Handlin v. On-Site Manager, Inc.
351 P.3d 226
Wash. Ct. App.2015Background
- Brian and Karen Handlin applied to rent an apartment; Forestview denied their application based on a tenant screening report purchased from On-Site Manager, Inc., which gave a low rental score and recommended denial.
- The Handlins informed On-Site that a 2008 eviction suit was resolved in their favor; Forestview received corrected information but still initially refused tenancy.
- The Handlins requested copies of their tenant screening reports from On-Site; On-Site delayed, requested ID, and eventually sent reports that omitted rental scores, recommendation, and certain FCRA disclosures.
- Because of timing, the Handlins rented a less desirable apartment, paid a deposit, and later learned Forestview would have accepted them with a higher deposit.
- The Handlins sued under the Washington Fair Credit Reporting Act (RCW chapter 19.182) and the Consumer Protection Act (RCW chapter 19.86); the trial court dismissed under CR 12(b)(6).
- The Court of Appeals reversed, holding the complaint sufficiently pleaded injury to business or property and that injunctive relief claims may proceed.
Issues
| Issue | Plaintiff's Argument | Defendant's Argument | Held |
|---|---|---|---|
| Whether CR 12(b)(6) dismissal was proper | Handlins: allegations show On-Site violated FCRA, causing injury and should survive dismissal | On-Site: complaint fails to allege actual injury or that better disclosure would have changed outcome | Court: dismissal improper; accept plaintiffs' allegations under Washington's liberal CR 12(b)(6) standard |
| Whether failure to allege "actual damages" bars CP A claim | Handlins: "injury" under CPA is broader than monetary damages; unquantified harms suffice | On-Site: statute references "actual damages," so plaintiffs must plead them | Court: "actual damages" not required at pleading stage; injury under CPA may be nonmonetary |
| Whether withheld consumer report data constitutes "property"/injury to business or property | Handlins: right to access consumer-file information is property interest; withholding deprived them of commercial utility | On-Site: reports/items are not plaintiffs' property because not physically in plaintiffs' files | Court: information assembled by reporting agency has commercial utility for consumer; deprivation sufficiently pleads injury to property |
| Whether injunctive relief claims are permissible | Handlins: seek production and cease-and-desist relief under CPA and FCRA | On-Site: FCRA doesn't expressly provide injunctions; federal agency (FTC) preempts such relief | Court: CPA authorizes injunctive relief for FCRA violations pleaded under CPA; injunctive requests not dismissed and federal preemption not shown at pleading stage |
Key Cases Cited
- Tenore v.
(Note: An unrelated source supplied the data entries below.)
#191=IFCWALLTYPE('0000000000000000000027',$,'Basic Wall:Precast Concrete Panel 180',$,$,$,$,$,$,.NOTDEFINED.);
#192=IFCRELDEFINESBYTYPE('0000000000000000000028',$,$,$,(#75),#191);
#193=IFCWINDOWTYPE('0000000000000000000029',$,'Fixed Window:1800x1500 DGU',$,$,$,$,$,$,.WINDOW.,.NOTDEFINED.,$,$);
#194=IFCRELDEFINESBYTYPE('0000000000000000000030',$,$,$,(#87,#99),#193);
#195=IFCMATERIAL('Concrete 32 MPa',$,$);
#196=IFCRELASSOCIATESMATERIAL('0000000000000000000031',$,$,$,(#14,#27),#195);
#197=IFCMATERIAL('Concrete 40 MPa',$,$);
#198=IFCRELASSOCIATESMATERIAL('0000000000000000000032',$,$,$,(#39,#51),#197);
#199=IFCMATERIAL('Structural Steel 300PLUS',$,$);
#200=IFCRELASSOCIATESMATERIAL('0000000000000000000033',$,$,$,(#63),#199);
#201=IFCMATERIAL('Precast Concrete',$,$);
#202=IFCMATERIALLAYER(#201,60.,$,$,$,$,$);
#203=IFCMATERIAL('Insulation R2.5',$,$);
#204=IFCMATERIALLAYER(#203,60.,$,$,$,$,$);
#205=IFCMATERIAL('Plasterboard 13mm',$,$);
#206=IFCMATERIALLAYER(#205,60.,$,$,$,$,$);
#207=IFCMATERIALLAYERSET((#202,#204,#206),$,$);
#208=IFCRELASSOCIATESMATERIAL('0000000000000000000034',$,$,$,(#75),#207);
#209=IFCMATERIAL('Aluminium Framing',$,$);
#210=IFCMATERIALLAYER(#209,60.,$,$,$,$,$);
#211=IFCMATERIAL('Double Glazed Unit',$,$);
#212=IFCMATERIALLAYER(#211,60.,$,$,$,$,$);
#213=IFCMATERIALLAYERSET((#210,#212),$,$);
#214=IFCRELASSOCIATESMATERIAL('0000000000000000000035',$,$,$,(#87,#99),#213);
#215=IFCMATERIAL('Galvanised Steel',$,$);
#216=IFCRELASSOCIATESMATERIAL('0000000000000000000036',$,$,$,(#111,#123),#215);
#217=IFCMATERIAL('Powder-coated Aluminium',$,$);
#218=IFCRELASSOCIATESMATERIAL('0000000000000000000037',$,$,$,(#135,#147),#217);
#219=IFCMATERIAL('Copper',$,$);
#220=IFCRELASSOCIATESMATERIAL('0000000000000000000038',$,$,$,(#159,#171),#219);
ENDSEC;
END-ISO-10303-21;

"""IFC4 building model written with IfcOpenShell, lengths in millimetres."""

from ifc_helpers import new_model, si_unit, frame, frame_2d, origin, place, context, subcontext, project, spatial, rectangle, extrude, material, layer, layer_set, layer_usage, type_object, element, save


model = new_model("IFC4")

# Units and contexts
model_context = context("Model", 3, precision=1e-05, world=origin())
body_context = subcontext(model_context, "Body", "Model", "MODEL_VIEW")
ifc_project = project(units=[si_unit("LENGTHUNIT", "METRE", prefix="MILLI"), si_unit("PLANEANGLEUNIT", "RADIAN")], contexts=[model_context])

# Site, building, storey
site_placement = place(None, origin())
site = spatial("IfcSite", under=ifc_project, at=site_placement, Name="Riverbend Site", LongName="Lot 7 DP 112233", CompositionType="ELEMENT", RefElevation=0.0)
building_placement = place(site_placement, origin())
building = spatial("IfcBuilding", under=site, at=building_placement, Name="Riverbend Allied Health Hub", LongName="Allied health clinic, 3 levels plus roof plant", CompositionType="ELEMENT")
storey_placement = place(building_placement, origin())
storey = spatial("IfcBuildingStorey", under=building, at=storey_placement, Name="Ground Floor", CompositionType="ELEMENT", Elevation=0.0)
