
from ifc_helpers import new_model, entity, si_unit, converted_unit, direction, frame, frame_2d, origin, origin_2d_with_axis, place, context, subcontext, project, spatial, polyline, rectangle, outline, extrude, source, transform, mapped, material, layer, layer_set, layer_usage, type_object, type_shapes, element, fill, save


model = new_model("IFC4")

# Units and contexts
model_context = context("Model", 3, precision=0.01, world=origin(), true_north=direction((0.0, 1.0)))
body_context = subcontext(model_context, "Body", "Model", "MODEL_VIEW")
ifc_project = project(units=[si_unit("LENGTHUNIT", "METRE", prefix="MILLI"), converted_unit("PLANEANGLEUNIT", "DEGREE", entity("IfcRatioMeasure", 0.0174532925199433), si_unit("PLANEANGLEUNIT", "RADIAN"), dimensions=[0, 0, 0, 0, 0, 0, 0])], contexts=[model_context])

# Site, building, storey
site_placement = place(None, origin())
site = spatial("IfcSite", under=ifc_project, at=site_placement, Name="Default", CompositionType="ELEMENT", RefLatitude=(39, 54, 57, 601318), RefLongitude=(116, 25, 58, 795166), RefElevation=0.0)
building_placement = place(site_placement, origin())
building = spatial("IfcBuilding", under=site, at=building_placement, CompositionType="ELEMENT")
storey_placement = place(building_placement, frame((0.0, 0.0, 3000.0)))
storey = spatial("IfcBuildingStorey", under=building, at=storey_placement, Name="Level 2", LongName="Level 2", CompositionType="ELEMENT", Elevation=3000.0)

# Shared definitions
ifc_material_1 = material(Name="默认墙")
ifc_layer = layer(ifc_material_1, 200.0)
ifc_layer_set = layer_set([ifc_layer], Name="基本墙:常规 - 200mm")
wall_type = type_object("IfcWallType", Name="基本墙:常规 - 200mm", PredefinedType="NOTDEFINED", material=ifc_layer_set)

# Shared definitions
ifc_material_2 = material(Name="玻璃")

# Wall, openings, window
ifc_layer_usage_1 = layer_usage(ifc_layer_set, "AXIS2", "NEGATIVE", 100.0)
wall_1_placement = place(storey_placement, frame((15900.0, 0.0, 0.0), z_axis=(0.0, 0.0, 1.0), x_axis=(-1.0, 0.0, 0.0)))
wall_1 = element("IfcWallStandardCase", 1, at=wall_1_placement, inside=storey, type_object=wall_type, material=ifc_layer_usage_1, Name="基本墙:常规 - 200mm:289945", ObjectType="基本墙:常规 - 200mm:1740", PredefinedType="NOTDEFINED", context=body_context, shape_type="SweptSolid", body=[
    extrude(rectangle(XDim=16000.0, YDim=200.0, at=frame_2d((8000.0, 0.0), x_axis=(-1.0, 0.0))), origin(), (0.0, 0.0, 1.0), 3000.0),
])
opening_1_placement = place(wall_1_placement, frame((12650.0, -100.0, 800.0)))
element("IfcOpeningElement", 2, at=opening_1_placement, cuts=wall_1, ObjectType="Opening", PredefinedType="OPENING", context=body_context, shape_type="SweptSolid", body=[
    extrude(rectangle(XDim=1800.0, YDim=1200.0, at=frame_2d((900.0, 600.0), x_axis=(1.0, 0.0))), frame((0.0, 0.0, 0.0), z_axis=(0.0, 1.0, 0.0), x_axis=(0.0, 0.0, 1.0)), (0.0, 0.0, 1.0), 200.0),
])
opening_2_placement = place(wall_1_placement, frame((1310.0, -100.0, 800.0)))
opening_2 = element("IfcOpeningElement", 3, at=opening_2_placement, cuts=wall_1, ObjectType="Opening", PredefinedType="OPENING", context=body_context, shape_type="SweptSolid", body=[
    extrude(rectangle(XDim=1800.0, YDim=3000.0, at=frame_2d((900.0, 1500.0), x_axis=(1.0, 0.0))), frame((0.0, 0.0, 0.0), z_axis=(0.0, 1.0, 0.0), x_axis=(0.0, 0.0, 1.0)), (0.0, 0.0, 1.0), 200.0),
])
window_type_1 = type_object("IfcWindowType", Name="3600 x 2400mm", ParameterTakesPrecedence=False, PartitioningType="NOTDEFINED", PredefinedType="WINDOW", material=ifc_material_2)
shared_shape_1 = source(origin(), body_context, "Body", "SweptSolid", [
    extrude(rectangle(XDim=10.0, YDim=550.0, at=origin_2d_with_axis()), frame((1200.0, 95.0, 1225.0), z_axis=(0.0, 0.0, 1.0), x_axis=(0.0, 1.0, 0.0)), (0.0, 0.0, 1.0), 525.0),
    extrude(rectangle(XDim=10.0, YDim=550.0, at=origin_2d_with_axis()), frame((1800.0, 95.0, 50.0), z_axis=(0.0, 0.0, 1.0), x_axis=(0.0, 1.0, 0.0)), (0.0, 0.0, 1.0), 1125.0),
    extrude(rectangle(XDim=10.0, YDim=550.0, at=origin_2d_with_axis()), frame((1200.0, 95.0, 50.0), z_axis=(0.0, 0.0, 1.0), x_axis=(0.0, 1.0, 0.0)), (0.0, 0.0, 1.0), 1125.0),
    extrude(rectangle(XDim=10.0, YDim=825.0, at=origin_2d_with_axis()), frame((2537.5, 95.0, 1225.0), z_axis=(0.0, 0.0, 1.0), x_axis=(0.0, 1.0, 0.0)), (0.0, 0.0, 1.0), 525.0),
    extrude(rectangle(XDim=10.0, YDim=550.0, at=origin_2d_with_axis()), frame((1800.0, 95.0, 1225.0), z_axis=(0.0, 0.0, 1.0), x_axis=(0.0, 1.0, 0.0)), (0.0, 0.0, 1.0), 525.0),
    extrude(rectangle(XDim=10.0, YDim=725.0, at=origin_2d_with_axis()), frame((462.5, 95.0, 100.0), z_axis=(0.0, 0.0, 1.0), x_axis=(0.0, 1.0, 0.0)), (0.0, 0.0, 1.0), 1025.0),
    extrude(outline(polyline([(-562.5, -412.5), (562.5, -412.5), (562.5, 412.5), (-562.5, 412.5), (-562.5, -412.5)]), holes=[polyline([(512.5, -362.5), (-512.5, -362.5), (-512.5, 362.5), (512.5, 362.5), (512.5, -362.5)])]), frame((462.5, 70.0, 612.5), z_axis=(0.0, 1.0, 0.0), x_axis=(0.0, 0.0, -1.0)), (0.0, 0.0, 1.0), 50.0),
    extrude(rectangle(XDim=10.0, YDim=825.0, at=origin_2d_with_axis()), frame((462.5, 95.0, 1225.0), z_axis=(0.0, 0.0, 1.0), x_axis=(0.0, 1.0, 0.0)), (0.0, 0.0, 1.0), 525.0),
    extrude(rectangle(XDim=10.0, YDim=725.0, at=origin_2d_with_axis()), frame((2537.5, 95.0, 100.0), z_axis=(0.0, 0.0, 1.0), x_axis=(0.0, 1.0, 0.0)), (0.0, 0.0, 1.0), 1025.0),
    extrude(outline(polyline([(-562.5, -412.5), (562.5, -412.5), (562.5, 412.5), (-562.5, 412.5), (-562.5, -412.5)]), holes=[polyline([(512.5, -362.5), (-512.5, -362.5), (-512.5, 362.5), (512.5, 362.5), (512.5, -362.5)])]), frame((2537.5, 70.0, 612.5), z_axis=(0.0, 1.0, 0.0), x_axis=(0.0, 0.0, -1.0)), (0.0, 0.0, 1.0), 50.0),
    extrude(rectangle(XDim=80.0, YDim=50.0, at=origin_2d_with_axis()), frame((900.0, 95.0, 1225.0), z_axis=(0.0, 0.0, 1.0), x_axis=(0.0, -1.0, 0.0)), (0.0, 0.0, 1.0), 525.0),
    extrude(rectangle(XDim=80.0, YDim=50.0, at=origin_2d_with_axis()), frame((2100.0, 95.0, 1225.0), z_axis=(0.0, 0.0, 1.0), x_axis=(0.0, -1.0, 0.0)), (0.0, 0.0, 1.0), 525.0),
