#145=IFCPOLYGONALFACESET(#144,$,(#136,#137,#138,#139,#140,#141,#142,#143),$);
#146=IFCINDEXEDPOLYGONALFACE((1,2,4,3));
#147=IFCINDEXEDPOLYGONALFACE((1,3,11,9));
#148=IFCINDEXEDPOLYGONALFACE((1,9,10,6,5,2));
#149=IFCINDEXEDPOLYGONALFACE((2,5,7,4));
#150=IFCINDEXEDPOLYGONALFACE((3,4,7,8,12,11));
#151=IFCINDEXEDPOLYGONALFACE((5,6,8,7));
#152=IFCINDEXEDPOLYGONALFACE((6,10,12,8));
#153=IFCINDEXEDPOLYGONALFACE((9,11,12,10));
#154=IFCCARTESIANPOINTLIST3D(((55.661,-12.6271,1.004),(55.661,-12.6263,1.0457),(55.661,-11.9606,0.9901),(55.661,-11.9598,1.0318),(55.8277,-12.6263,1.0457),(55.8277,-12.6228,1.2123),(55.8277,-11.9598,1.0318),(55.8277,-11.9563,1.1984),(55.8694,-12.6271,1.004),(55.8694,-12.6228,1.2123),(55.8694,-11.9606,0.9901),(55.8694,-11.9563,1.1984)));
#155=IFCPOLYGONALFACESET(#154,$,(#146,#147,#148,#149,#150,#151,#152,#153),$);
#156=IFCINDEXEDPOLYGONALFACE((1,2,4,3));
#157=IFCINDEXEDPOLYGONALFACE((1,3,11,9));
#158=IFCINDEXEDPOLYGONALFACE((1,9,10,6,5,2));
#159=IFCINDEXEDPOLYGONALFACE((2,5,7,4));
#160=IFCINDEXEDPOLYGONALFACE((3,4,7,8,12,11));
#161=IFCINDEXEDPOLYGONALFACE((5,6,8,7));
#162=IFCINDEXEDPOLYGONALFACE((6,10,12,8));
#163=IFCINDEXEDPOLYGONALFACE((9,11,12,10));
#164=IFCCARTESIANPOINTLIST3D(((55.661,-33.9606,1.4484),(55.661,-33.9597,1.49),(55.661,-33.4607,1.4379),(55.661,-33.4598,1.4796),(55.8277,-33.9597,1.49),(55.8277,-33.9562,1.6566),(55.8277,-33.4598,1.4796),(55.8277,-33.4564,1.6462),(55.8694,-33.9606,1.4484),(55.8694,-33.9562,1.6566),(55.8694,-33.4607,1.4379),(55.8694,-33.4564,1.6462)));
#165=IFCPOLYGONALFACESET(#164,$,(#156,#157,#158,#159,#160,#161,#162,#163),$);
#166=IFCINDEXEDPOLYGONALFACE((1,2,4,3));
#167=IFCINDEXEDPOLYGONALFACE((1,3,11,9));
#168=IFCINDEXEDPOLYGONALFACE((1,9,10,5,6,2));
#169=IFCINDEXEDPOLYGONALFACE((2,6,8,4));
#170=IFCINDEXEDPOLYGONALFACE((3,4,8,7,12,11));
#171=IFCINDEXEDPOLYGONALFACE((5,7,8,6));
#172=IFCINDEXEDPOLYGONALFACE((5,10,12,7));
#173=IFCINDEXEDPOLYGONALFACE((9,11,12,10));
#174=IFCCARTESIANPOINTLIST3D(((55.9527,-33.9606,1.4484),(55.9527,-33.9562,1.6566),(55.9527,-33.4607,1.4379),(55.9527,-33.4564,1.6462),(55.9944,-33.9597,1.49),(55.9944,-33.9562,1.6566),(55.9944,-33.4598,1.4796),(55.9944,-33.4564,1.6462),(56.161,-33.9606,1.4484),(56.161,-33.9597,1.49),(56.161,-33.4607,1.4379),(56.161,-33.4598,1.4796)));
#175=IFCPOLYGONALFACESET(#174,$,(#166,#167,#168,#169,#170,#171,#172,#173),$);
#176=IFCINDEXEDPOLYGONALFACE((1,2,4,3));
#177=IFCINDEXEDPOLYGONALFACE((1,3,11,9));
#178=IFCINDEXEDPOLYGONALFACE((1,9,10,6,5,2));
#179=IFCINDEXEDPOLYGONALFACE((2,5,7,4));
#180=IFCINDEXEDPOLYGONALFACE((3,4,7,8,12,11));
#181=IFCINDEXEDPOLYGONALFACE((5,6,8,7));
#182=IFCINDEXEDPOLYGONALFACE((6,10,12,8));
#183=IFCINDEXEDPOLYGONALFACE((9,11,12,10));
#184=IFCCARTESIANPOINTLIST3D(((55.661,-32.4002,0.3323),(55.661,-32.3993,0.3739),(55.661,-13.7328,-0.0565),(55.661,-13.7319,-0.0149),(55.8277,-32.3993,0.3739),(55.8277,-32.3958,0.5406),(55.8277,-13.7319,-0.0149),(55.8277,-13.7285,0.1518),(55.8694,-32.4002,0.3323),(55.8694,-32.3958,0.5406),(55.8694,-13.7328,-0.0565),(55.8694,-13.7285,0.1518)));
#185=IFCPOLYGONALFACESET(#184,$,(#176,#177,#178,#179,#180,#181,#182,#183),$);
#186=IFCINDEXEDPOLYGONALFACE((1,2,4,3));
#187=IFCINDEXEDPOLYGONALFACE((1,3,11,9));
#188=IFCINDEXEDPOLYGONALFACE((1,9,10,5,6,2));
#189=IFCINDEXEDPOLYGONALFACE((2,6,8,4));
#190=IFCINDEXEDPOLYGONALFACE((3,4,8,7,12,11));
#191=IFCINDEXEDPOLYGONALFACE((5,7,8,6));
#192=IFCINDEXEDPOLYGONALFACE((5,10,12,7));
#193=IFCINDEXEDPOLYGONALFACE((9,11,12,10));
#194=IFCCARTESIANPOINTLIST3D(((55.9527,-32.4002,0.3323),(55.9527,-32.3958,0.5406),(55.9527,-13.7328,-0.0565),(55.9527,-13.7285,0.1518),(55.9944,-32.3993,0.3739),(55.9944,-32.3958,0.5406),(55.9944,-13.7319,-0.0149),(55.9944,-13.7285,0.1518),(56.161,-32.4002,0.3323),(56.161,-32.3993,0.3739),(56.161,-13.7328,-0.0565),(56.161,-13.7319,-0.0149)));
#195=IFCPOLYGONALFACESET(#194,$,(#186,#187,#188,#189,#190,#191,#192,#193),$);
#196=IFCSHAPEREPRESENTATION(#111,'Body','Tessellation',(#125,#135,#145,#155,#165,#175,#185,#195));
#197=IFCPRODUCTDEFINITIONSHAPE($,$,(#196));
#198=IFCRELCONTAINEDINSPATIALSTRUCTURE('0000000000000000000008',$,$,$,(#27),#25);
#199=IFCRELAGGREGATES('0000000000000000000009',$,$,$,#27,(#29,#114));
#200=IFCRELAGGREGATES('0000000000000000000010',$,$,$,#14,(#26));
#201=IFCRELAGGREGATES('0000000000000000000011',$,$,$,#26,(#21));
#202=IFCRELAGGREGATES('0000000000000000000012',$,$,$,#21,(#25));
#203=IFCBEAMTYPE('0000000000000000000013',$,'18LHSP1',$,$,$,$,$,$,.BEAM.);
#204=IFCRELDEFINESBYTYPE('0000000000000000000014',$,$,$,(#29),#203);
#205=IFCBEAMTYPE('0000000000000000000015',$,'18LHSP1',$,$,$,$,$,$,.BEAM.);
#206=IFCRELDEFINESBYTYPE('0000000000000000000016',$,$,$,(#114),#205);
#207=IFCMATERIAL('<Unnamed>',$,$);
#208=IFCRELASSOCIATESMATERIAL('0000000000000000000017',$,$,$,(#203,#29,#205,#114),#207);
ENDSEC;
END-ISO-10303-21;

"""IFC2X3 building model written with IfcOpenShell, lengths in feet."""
AT&T Wireless Servs., 136 Wn.2d 322 (review of CR 12(b)(6) standard)
- McCurry v. Chevy Chase Bank, FSB, 169 Wn.2d 96 (state rejects Twombly/Iqbal plausibility standard)
- Bell Atl. Corp. v. Twombly, 550 U.S. 544 (federal plausibility pleading standard)
- Ashcroft v. Iqbal, 556 U.S. 662 (clarifying federal pleading standard)
- Bravo v. Dolsen Cos., 125 Wn.2d 745 (CR 12(b)(6) motions should be granted sparingly)
- Hangman Ridge Training Stables, Inc. v. Safeco Title Ins. Co., 105 Wn.2d 778 (elements of Consumer Protection Act claim)
- Ambach v. French, 167 Wn.2d 167 (definition of injury to property/right to use or enjoy)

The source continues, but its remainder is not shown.